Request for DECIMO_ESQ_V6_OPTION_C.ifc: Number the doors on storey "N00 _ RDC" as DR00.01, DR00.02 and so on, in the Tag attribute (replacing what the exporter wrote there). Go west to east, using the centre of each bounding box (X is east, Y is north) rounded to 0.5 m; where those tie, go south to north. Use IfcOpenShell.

First a look at what the model holds.

```python
import ifcopenshell
import ifcopenshell.util.element
import ifcopenshell.util.placement

model = ifcopenshell.open("DECIMO_ESQ_V6_OPTION_C.ifc")
print(model.schema)
storey = next(s for s in model.by_type("IfcBuildingStorey") if s.Name == "N00 _ RDC")
doors = [e for e in ifcopenshell.util.element.get_decomposition(storey) if e.is_a("IfcDoor")]
for e in sorted(doors, key=lambda e: e.id()):
    origin = ifcopenshell.util.placement.get_local_placement(e.ObjectPlacement)[:3, 3]
    print(e.id(), e.Tag, e.Name, origin.round(2) + 0.0, sep=" | ")
```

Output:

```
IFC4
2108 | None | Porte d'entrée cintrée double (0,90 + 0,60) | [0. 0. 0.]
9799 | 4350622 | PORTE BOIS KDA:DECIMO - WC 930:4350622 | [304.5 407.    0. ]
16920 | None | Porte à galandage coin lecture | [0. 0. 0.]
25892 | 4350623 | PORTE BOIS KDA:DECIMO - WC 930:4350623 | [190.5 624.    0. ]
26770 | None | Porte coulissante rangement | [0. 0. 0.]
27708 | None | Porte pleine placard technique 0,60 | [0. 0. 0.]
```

```python
import ifcopenshell
import ifcopenshell.geom
import ifcopenshell.util.element
import ifcopenshell.util.shape

model = ifcopenshell.open("DECIMO_ESQ_V6_OPTION_C.ifc")
settings = ifcopenshell.geom.settings()
settings.set("use-world-coords", True)


def centre(element):
    shape = ifcopenshell.geom.create_shape(settings, element)
    return ifcopenshell.util.shape.get_bbox_centroid(shape.geometry)


storey = next(s for s in model.by_type("IfcBuildingStorey") if s.Name == "N00 _ RDC")
doors = [e for e in ifcopenshell.util.element.get_decomposition(storey) if e.is_a("IfcDoor")]

# Insertion points can sit at a corner or the storey origin, so sort by the geometry (in metres).
centres = {e: centre(e) for e in doors}
doors.sort(key=lambda e: (round(centres[e][0] / 0.5), centres[e][1]))

for i, e in enumerate(doors, start=1):
    number = f"DR00.{i:02d}"
    e.Tag = number
    print(e.id(), number)

model.write("DECIMO_ESQ_V6_OPTION_C_v2.ifc")
```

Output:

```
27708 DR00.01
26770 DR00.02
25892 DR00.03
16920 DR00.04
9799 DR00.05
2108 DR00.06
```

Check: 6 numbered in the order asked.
-=-=-
Exercise:
Write the entries out again, exactly and completely.

Exercise result:
Request for DECIMO_ESQ_V6_OPTION_C.ifc: Number the doors on storey "N00 _ RDC" as DR00.01, DR00.02 and so on, in the Tag attribute (replacing what the exporter wrote there). Go west to east, using the centre of each bounding box (X is east, Y is north) rounded to 0.5 m; where those tie, go south to north. Use IfcOpenShell.

First a look at what the model holds.

```python
import ifcopenshell
import ifcopenshell.util.element
import ifcopenshell.util.placement

model = ifcopenshell.open("DECIMO_ESQ_V6_OPTION_C.ifc")
print(model.schema)
storey = next(s for s in model.by_type("IfcBuildingStorey") if s.Name == "N00 _ RDC")
doors = [e for e in ifcopenshell.util.element.get_decomposition(storey) if e.is_a("IfcDoor")]
for e in sorted(doors, key=lambda e: e.id()):
    origin = ifcopenshell.util.placement.get_local_placement(e.ObjectPlacement)[:3, 3]
    print(e.id(), e.Tag, e.Name, origin.round(2) + 0.0, sep=" | ")
```

Output:

```
IFC4
2108 | None | Porte d'entrée cintrée double (0,90 + 0,60) | [0. 0. 0.]
9799 | 4350622 | PORTE BOIS KDA:DECIMO - WC 930:4350622 | [304.5 407.    0. ]
16920 | None | Porte à galandage coin lecture | [0. 0. 0.]
25892 | 4350623 | PORTE BOIS KDA:DECIMO - WC 930:4350623 | [190.5 624.    0. ]
26770 | None | Porte coulissante rangement | [0. 0. 0.]
27708 | None | Porte pleine placard technique 0,60 | [0. 0. 0.]
```

```python
import ifcopenshell
import ifcopenshell.geom
import ifcopenshell.util.element
import ifcopenshell.util.shape

model = ifcopenshell.open("DECIMO_ESQ_V6_OPTION_C.ifc")
settings = ifcopenshell.geom.settings()
settings.set("use-world-coords", True)


def centre(element):
    shape = ifcopenshell.geom.create_shape(settings, element)
    return ifcopenshell.util.shape.get_bbox_centroid(shape.geometry)


storey = next(s for s in model.by_type("IfcBuildingStorey") if s.Name == "N00 _ RDC")
doors = [e for e in ifcopenshell.util.element.get_decomposition(storey) if e.is_a("IfcDoor")]

# Insertion points can sit at a corner or the storey origin, so sort by the geometry (in metres).
centres = {e: centre(e) for e in doors}
doors.sort(key=lambda e: (round(centres[e][0] / 0.5), centres[e][1]))

for i, e in enumerate(doors, start=1):
    number = f"DR00.{i:02d}"
    e.Tag = number
    print(e.id(), number)

model.write("DECIMO_ESQ_V6_OPTION_C_v2.ifc")
```

Output:

```
27708 DR00.01
26770 DR00.02
25892 DR00.03
16920 DR00.04
9799 DR00.05
2108 DR00.06
```

Check: 6 numbered in the order asked.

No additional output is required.